You get a result from a call to `foo(bar)`. You have to _do something_ with
that result. One common thing you'd need to do is to call another function:
_baz(foo(bar))_. But then you're just hiding the assignment inside a baz
function call (the result of _foo(bar)_ will be available as a
variable/constant inside of _baz_).

That doesn't so bad if you only need to do one thing with with the result of
`foo(bar)`. Now what if you have to do something with that result twice. In
this case all you've done is reduce the scope of a constant to be smaller than
it needs to be, requiring you to make a duplicate `foo(bar)` call.

Now you're repeating yourself and you don't know anymore if you're
conceptually dealing with the same result or if foo(bar) might produce a
different result on second call. You removed philosophical/semantic meaning
from your code and did not gain anything from it.

If you find yourself wanting/needing to "expire" variables that you define
before you run out of scope, then the answer is a combination of:

1) use constants of immutable data structures, not variables or mutable
structures 2) better name such constants so that you know what they represent
3) better manage scope and function size

In practice, the above is much easier to achieve than what you're proposing,
and makes the code easier to read and maintain.

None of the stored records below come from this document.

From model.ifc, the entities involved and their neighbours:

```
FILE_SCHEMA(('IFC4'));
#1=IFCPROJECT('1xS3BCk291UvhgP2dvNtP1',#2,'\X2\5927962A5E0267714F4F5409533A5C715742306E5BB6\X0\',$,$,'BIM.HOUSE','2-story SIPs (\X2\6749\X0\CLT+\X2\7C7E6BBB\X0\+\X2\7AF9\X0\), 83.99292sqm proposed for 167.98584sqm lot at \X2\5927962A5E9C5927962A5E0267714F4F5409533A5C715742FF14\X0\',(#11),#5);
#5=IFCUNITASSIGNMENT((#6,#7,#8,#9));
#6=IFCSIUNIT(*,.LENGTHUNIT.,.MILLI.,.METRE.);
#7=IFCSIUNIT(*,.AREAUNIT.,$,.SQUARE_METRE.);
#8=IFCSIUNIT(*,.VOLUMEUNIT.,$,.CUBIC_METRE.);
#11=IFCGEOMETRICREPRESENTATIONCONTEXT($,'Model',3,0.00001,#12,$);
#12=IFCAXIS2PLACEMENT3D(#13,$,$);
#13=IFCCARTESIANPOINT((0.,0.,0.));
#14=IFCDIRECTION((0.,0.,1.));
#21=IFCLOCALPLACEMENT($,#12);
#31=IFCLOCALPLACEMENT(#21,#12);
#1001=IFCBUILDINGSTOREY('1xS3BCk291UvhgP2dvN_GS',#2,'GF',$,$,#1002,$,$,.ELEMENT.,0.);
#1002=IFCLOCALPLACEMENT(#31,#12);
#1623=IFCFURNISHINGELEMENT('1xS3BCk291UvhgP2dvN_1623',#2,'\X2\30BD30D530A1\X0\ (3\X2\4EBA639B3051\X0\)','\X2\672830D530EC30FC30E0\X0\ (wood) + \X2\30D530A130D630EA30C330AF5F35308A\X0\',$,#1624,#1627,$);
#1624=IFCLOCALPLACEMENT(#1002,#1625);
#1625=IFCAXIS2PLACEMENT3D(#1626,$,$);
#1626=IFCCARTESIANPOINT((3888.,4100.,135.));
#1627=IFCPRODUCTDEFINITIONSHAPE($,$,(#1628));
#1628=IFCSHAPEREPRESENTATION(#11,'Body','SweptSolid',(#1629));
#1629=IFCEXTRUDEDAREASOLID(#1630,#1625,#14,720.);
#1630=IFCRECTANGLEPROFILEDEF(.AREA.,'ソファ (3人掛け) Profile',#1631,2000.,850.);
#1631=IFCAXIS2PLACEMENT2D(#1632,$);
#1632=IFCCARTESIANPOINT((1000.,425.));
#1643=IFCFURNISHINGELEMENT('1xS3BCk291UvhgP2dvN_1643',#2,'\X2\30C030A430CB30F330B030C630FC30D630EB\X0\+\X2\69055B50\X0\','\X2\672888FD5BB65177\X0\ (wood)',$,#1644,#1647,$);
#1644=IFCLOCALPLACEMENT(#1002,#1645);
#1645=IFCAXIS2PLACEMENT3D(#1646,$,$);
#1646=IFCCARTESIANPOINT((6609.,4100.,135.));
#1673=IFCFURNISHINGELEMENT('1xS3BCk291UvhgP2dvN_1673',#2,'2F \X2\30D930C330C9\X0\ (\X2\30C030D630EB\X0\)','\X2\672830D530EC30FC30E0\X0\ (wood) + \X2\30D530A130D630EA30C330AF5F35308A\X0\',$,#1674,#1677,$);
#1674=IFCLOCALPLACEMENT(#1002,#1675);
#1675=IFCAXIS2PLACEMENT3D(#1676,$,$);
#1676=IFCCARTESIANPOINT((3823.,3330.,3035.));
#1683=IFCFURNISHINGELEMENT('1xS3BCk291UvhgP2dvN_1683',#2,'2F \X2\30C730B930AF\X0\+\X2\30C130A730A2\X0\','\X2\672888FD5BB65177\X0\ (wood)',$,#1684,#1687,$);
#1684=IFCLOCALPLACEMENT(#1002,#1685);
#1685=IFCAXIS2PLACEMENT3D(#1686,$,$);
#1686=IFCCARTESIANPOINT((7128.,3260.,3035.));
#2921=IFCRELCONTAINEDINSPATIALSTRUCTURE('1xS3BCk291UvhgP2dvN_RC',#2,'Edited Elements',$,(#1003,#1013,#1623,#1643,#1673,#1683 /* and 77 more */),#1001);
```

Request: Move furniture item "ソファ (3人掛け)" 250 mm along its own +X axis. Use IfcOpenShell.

```python
import ifcopenshell
import ifcopenshell.api.geometry
import ifcopenshell.util.placement
import ifcopenshell.util.unit

model = ifcopenshell.open("model.ifc")
unit_scale = ifcopenshell.util.unit.calculate_unit_scale(model)

item = model.by_guid("1xS3BCk291UvhgP2dvN_1623")
matrix = ifcopenshell.util.placement.get_local_placement(item.ObjectPlacement)
matrix[:3, 3] += matrix[:3, 0] * 0.25 / unit_scale
ifcopenshell.api.geometry.edit_object_placement(model, product=item, matrix=matrix, is_si=False)

print(ifcopenshell.util.placement.get_local_placement(item.ObjectPlacement).round(3) + 0.0)

model.write("model-out.ifc")
```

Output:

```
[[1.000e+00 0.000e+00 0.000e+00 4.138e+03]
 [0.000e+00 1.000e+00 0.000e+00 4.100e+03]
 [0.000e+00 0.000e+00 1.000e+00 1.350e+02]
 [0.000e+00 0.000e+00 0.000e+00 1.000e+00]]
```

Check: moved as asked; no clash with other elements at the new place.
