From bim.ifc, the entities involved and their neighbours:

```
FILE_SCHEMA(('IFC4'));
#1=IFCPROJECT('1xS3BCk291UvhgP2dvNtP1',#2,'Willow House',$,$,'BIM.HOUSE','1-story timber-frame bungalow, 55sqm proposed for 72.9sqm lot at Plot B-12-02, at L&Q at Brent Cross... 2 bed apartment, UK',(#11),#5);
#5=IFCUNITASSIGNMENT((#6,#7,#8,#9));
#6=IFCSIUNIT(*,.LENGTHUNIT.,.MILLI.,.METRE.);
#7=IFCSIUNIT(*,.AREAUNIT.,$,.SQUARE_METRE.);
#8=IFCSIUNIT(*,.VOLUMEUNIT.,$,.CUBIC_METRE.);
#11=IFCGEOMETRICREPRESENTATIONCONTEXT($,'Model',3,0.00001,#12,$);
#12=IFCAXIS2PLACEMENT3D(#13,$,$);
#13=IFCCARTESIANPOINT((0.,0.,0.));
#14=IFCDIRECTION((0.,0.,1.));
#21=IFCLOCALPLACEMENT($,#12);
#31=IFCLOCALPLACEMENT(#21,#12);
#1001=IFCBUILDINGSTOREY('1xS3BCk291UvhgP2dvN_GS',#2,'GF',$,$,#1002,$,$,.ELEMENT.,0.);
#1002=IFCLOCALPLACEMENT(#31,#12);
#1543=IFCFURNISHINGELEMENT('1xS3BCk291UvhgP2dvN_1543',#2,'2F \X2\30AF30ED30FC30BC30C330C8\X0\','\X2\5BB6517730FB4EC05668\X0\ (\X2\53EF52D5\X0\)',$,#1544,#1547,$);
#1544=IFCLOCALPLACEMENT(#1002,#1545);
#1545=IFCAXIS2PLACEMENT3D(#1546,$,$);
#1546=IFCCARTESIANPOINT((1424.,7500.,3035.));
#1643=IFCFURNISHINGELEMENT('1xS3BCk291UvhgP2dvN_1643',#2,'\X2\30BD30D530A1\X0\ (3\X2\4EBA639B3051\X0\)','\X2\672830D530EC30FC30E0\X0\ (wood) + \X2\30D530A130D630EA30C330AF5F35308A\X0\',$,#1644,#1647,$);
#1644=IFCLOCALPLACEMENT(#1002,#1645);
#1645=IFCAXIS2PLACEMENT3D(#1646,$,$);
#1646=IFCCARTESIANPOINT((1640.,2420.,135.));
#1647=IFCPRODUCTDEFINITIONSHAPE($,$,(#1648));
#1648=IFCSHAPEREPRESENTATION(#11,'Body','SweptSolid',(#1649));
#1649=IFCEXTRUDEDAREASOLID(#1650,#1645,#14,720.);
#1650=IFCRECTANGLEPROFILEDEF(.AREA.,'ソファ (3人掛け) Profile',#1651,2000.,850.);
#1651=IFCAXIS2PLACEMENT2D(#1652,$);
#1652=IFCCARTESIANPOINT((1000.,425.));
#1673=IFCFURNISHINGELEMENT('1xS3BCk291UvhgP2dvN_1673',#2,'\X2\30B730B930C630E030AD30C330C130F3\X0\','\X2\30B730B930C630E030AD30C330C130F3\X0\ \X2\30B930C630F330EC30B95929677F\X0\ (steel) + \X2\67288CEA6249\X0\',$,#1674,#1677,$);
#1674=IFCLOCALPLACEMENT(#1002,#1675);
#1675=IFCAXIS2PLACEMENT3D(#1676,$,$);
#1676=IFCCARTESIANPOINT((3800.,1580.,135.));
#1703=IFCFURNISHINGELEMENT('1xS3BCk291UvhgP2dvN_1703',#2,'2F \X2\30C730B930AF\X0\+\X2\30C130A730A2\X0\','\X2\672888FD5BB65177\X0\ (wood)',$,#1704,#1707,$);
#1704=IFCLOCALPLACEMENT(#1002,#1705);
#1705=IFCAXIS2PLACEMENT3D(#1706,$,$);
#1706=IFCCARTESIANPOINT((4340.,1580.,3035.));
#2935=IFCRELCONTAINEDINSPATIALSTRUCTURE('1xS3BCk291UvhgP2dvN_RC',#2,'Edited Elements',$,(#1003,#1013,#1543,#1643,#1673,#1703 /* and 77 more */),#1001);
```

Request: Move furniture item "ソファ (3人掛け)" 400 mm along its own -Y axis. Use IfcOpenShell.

```python
import ifcopenshell
import ifcopenshell.api.geometry
import ifcopenshell.util.placement
import ifcopenshell.util.unit

model = ifcopenshell.open("bim.ifc")
unit_scale = ifcopenshell.util.unit.calculate_unit_scale(model)

item = model.by_id(1643)
matrix = ifcopenshell.util.placement.get_local_placement(item.ObjectPlacement)
matrix[:3, 3] -= matrix[:3, 1] * 0.4 / unit_scale
ifcopenshell.api.geometry.edit_object_placement(model, product=item, matrix=matrix, is_si=False)

print(ifcopenshell.util.placement.get_local_placement(item.ObjectPlacement).round(3) + 0.0)

model.write("bim_updated.ifc")
```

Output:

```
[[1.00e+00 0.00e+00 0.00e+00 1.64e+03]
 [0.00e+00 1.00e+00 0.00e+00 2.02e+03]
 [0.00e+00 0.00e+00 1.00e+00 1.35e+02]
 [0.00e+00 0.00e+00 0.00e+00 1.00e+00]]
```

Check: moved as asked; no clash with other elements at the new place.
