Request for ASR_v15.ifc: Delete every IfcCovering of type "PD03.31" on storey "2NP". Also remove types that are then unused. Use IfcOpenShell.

First a look at what the model holds.

```python
import ifcopenshell
import ifcopenshell.util.element

model = ifcopenshell.open("ASR_v15.ifc")
print(model.schema)
storey = next(s for s in model.by_type("IfcBuildingStorey") if s.Name == "2NP")
coverings = [e for e in ifcopenshell.util.element.get_decomposition(storey) if e.is_a("IfcCovering")]
seen = {}
for e in coverings:
    element_type = ifcopenshell.util.element.get_type(e)
    name = element_type.Name if element_type not in (None, e) else None
    seen[name] = seen.get(name, 0) + 1
for name, count in sorted(seen.items(), key=str):
    print(count, "x", name)
```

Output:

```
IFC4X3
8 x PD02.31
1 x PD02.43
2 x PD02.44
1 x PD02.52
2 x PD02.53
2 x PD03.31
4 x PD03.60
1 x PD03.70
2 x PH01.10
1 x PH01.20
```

```python
import ifcopenshell
import ifcopenshell.api.root
import ifcopenshell.util.element

model = ifcopenshell.open("ASR_v15.ifc")

storey = next(s for s in model.by_type("IfcBuildingStorey") if s.Name == "2NP")
coverings = [e for e in ifcopenshell.util.element.get_decomposition(storey) if e.is_a("IfcCovering")]
targets = [e for e in coverings if (t := ifcopenshell.util.element.get_type(e)) not in (None, e) and t.Name == "PD03.31"]
types = {ifcopenshell.util.element.get_type(e) for e in targets} - {None, *targets}

for e in targets:
    ifcopenshell.api.root.remove_product(model, product=e)
print(len(targets), "removed")

unused = [t for t in types if not ifcopenshell.util.element.get_types(t)]
for t in unused:
    ifcopenshell.api.root.remove_product(model, product=t)
print(len(unused), "unused types removed")

model.write("ASR_v15_rev.ifc")
```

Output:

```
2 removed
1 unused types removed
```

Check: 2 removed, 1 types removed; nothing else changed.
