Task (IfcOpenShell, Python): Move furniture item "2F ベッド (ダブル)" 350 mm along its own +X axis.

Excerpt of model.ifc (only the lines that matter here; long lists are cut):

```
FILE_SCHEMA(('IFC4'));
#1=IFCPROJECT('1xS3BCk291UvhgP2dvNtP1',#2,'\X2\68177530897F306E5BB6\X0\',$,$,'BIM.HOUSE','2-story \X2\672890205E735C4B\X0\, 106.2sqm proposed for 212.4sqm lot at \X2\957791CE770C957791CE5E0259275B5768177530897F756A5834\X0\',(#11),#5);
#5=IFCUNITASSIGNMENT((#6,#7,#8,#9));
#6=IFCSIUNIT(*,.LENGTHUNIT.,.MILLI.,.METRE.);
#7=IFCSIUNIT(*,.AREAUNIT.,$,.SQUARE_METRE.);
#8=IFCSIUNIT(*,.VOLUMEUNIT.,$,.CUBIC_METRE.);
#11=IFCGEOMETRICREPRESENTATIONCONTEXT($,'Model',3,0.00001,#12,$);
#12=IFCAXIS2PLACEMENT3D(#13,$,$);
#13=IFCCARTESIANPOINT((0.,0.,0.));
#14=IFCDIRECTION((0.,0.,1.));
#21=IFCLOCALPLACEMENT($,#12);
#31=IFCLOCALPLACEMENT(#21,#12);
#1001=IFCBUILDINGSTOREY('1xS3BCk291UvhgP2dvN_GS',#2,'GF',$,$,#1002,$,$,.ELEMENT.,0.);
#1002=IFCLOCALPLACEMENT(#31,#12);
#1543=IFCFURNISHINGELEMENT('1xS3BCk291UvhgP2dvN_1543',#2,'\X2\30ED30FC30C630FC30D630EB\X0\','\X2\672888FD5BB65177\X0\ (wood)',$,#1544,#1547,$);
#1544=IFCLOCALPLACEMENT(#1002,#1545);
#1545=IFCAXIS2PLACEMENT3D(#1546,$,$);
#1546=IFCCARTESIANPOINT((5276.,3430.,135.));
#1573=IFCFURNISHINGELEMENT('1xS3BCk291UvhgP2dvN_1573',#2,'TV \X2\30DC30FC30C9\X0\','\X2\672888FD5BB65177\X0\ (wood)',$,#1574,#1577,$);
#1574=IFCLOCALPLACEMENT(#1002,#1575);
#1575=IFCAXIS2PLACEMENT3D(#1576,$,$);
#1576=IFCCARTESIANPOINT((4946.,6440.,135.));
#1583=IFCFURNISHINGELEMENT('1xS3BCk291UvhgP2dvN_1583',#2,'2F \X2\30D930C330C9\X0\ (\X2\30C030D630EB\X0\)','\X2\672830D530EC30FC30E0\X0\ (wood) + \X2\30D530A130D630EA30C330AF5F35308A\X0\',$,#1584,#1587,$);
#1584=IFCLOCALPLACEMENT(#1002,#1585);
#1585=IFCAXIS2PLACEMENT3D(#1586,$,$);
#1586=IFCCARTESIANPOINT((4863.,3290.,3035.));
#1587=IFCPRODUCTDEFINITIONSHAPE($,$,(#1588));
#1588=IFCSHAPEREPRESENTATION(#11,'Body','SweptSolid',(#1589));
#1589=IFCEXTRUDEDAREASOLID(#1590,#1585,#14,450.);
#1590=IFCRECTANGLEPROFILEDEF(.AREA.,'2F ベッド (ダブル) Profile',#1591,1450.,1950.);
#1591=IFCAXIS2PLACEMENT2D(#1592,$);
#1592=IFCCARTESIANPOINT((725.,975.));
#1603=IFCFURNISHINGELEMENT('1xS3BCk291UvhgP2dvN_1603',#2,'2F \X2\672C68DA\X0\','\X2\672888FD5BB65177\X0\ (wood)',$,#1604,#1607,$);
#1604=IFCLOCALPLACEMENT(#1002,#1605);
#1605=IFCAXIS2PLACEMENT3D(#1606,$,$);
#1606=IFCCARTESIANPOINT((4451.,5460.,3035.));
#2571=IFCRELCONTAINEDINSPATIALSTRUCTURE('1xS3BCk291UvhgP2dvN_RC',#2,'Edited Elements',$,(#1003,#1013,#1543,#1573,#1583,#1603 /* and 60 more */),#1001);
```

```python
import ifcopenshell
import ifcopenshell.api.geometry
import ifcopenshell.util.placement
import ifcopenshell.util.unit

model = ifcopenshell.open("model.ifc")
unit_scale = ifcopenshell.util.unit.calculate_unit_scale(model)

item = model.by_id(1583)
matrix = ifcopenshell.util.placement.get_local_placement(item.ObjectPlacement)
matrix[:3, 3] += matrix[:3, 0] * 0.35 / unit_scale
ifcopenshell.api.geometry.edit_object_placement(model, product=item, matrix=matrix, is_si=False)

print(ifcopenshell.util.placement.get_local_placement(item.ObjectPlacement).round(3) + 0.0)

model.write("model_edited.ifc")
```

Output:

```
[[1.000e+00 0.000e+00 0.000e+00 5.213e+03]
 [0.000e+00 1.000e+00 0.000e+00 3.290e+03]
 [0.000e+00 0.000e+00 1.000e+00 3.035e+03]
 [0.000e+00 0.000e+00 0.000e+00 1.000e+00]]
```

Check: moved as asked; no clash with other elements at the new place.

> The right way instead is to evaluate (or "re-evaluate") the function every
> time you need it unless you have a good reason not to (the only good reason
> is that the function is a bottleneck that affects the experience of the
> user)

That does not scale to using the coding paradigm that you're proposing
application-wide. Your whole app will be one big bottleneck because it's doing
a multiple of the computations that it needs to be doing, with no easy way
out. I guess you can get away with that by throwing more money at your backend
infra, but you can't do that on mobile or for web frontends or desktop apps.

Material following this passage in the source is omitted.